§ WORK TO COMPLETE
Search the data for the word "IFCPOLYGONALFACESET" and copy every line that contains it.

══ SUPPLIED RECORDS

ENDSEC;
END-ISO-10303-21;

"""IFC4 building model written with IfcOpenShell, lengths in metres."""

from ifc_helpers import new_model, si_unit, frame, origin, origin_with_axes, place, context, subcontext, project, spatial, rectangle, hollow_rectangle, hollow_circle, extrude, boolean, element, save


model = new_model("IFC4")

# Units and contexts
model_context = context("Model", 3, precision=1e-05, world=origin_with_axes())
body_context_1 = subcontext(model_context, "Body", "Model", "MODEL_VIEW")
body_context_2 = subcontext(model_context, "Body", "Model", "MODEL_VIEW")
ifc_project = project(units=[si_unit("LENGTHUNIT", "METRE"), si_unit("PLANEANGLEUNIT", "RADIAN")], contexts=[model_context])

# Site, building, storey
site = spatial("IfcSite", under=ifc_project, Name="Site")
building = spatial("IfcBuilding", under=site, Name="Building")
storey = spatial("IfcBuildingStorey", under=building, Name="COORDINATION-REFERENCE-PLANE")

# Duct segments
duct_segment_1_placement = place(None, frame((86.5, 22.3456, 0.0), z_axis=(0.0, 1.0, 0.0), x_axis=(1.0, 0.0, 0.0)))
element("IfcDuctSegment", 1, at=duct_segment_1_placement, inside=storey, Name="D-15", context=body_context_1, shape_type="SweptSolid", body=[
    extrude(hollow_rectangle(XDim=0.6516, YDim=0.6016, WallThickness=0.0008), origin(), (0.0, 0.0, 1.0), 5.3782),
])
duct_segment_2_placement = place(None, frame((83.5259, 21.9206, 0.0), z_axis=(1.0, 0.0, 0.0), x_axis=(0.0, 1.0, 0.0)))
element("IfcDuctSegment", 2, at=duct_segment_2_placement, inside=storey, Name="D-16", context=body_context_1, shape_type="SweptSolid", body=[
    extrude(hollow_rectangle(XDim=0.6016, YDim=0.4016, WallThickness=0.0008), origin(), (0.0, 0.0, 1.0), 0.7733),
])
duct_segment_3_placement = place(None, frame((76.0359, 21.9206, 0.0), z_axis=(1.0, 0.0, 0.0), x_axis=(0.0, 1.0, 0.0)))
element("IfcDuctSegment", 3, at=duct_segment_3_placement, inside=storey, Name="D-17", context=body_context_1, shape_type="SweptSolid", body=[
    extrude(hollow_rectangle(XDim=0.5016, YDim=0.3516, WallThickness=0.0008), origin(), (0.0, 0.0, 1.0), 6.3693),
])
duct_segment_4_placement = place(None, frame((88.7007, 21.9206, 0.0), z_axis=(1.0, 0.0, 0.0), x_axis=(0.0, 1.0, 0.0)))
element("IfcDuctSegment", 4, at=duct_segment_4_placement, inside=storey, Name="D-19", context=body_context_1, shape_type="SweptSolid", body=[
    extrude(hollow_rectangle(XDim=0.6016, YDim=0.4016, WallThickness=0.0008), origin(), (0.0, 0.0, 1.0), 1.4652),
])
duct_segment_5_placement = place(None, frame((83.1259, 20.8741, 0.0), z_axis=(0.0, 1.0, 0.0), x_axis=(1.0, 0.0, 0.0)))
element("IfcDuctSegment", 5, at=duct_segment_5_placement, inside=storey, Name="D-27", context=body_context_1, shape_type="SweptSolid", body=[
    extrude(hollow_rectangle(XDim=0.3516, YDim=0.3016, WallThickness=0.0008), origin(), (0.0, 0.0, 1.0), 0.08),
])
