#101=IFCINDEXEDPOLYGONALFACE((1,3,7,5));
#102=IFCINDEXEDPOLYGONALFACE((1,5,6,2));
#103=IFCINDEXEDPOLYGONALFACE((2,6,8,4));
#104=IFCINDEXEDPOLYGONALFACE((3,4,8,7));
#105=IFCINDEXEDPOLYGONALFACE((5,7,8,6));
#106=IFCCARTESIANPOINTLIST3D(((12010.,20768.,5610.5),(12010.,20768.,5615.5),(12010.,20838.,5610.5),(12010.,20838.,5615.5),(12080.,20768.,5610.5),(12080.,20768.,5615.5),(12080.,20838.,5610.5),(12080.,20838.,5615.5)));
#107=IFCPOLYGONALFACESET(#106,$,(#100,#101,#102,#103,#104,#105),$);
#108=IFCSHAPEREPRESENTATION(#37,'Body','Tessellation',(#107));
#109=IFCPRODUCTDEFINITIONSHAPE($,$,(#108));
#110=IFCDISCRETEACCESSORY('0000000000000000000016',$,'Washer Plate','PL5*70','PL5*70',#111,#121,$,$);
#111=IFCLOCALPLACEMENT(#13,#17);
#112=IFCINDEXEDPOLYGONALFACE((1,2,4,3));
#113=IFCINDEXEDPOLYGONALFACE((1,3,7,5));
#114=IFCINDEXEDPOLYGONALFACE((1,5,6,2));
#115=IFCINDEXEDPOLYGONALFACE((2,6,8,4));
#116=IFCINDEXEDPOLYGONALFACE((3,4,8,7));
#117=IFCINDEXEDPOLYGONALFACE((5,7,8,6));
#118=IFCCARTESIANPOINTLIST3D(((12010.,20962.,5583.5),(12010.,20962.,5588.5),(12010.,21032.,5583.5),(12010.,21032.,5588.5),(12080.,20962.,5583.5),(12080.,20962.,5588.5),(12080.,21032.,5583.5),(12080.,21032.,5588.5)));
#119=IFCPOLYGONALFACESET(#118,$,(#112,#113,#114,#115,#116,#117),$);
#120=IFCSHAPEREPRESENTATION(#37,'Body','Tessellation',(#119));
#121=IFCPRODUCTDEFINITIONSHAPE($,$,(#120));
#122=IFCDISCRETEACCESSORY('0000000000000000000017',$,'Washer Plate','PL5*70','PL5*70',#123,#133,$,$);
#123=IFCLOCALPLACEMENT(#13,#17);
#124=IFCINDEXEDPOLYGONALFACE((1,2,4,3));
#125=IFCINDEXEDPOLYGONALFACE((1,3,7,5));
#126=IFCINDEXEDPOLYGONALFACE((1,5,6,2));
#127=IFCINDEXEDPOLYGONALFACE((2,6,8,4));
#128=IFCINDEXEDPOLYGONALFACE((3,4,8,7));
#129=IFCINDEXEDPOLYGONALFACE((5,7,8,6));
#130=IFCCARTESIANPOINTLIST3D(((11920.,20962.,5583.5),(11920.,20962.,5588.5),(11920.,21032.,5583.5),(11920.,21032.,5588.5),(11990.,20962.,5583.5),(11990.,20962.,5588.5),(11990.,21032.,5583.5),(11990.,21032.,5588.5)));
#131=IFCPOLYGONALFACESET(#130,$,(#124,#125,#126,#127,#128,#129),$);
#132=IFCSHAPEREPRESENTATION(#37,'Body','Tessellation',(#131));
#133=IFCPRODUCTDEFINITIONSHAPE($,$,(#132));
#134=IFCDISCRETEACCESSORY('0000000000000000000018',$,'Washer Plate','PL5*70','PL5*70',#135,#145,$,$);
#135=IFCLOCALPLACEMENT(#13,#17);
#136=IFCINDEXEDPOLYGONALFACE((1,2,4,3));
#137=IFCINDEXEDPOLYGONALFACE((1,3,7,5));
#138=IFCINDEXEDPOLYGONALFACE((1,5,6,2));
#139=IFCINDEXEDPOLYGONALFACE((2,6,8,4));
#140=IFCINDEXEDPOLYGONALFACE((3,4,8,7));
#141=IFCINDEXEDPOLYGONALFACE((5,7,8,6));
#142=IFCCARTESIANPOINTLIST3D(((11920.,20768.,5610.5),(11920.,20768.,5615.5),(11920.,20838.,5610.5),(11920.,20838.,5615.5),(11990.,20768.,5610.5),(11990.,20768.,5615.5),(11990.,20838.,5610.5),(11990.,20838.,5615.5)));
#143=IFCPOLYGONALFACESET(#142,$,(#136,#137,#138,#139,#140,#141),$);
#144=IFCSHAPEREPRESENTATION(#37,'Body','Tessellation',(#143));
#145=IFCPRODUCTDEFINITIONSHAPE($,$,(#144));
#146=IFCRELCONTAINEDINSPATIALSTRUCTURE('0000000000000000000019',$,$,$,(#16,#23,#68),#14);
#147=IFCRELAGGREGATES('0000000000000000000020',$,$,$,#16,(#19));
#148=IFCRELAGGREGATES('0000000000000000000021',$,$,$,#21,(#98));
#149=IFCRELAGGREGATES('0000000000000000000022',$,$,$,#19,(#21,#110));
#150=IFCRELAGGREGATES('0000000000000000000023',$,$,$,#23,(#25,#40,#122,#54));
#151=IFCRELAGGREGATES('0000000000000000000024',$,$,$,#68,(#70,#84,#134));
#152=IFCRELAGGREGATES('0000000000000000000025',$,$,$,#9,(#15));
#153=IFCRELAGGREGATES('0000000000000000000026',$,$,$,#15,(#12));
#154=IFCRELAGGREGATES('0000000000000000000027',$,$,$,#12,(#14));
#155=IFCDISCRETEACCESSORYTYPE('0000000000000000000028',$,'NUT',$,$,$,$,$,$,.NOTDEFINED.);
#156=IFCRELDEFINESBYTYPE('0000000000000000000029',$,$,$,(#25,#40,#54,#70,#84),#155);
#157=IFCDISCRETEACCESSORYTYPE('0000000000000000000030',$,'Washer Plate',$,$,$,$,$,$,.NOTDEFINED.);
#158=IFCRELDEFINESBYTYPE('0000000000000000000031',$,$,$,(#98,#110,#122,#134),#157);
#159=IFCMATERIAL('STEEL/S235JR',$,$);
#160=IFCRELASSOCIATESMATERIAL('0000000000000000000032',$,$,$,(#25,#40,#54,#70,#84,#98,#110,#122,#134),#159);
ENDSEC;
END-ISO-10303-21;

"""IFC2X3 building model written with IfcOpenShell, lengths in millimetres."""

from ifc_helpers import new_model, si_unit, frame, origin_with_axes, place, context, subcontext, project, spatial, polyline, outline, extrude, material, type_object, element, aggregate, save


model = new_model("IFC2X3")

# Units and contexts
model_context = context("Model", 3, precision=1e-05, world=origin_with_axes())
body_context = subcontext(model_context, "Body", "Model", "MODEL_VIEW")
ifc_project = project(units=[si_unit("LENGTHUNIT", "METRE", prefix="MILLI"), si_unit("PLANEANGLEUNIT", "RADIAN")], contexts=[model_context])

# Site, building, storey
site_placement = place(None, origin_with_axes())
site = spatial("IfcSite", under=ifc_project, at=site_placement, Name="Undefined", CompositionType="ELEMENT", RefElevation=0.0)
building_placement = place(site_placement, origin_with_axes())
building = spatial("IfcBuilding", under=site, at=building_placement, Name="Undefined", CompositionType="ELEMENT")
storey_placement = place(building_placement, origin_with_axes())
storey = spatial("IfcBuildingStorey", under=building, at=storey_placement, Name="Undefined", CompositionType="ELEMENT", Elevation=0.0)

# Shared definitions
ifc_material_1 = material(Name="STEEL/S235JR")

════

§ TASK SOLUTION
#107=IFCPOLYGONALFACESET(#106,$,(#100,#101,#102,#103,#104,#105),$);
#119=IFCPOLYGONALFACESET(#118,$,(#112,#113,#114,#115,#116,#117),$);
#131=IFCPOLYGONALFACESET(#130,$,(#124,#125,#126,#127,#128,#129),$);
#143=IFCPOLYGONALFACESET(#142,$,(#136,#137,#138,#139,#140,#141),$);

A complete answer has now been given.